◆ WHAT YOU HAVE TO DO: Answer with a single number: the count of lines below that hold "Profile".

◆ SOURCE DATA:
[Start of section]
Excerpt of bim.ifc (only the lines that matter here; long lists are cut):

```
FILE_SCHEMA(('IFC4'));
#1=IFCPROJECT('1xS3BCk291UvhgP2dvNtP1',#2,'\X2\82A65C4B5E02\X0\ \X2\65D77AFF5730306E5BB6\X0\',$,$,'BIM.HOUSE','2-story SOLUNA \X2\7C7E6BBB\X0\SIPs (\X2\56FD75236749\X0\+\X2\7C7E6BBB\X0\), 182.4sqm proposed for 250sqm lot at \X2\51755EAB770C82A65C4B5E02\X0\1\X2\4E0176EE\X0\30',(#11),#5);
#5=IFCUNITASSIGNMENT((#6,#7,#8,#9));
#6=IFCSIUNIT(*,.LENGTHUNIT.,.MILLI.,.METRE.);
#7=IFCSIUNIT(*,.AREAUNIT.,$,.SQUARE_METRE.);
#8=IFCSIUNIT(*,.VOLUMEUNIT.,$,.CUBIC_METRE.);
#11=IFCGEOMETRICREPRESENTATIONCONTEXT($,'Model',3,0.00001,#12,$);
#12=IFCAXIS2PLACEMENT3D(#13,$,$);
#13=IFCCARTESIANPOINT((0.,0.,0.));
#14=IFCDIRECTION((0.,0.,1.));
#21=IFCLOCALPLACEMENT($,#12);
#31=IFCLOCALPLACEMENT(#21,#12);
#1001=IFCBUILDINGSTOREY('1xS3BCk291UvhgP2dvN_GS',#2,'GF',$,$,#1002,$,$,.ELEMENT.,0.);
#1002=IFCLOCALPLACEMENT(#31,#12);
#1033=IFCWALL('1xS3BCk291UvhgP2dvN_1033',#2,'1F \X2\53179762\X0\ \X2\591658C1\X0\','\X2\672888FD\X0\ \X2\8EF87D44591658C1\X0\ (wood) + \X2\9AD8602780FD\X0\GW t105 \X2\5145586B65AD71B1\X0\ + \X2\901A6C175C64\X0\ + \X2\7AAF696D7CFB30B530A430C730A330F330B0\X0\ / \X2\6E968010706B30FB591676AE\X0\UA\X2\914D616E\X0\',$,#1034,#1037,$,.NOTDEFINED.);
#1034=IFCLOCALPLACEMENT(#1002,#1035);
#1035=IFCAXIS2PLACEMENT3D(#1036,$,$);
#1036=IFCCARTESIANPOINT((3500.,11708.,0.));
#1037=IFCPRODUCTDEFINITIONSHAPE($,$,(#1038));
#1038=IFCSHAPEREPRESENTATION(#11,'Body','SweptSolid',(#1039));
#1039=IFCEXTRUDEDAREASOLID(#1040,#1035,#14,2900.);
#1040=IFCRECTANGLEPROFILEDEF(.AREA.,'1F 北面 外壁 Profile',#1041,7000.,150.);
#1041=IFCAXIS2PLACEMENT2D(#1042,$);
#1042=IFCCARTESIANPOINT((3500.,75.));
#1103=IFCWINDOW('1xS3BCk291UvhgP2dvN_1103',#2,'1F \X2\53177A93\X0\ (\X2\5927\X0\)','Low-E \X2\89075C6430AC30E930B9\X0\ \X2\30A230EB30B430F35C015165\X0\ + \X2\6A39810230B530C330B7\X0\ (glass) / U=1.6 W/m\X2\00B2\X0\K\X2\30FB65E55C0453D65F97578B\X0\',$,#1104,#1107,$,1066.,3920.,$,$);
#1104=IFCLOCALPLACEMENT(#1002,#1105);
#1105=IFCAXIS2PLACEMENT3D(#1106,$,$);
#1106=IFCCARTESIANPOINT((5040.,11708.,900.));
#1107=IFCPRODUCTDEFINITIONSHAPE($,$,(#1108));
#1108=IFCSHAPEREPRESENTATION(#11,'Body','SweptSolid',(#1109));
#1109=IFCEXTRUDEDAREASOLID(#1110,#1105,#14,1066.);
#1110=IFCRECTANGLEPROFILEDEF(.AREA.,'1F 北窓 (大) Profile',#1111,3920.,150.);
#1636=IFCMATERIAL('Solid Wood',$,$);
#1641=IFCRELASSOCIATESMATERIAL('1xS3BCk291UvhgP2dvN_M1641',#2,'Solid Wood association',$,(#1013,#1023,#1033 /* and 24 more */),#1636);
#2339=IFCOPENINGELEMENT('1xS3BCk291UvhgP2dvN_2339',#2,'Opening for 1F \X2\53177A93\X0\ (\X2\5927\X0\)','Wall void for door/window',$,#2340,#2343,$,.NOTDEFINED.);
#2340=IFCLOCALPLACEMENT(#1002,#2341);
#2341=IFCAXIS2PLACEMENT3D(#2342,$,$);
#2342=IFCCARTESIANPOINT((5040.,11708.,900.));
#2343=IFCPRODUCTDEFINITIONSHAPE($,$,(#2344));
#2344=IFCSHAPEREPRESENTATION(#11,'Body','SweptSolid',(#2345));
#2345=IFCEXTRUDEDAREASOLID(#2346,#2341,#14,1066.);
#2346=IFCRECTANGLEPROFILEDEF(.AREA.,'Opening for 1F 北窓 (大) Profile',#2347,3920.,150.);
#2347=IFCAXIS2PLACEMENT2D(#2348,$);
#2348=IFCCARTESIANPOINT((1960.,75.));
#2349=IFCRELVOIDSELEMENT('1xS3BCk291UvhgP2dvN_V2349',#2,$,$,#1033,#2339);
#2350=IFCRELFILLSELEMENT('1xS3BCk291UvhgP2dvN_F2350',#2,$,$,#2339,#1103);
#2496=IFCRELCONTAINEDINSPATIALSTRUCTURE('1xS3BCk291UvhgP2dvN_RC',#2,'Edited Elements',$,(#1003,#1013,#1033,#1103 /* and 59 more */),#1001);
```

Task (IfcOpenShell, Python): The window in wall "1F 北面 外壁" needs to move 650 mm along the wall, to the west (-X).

```python
import ifcopenshell
import ifcopenshell.api.geometry
import ifcopenshell.util.placement
import ifcopenshell.util.unit

model = ifcopenshell.open("bim.ifc")
unit_scale = ifcopenshell.util.unit.calculate_unit_scale(model)

window = model.by_id(1103)
opening = window.FillsVoids[0].RelatingOpeningElement
wall = opening.VoidsElements[0].RelatingBuildingElement

wall_matrix = ifcopenshell.util.placement.get_local_placement(wall.ObjectPlacement)
shift = wall_matrix[:3, 0] * -0.65 / unit_scale
before = ifcopenshell.util.placement.get_local_placement(window.ObjectPlacement)[:3, 3].copy()

# The window is not placed relative to its opening, so move both.
for product in (opening, window):
    matrix = ifcopenshell.util.placement.get_local_placement(product.ObjectPlacement)
    matrix[:3, 3] += shift
    ifcopenshell.api.geometry.edit_object_placement(model, product=product, matrix=matrix, is_si=False)

after = ifcopenshell.util.placement.get_local_placement(window.ObjectPlacement)[:3, 3]
print("window moved by", (after - before).round(3) + 0.0)

model.write("bim_edited.ifc")
```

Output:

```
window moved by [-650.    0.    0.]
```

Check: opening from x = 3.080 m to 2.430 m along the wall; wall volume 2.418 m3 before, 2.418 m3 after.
[End of section]
◆ EXERCISE SOLUTION: 3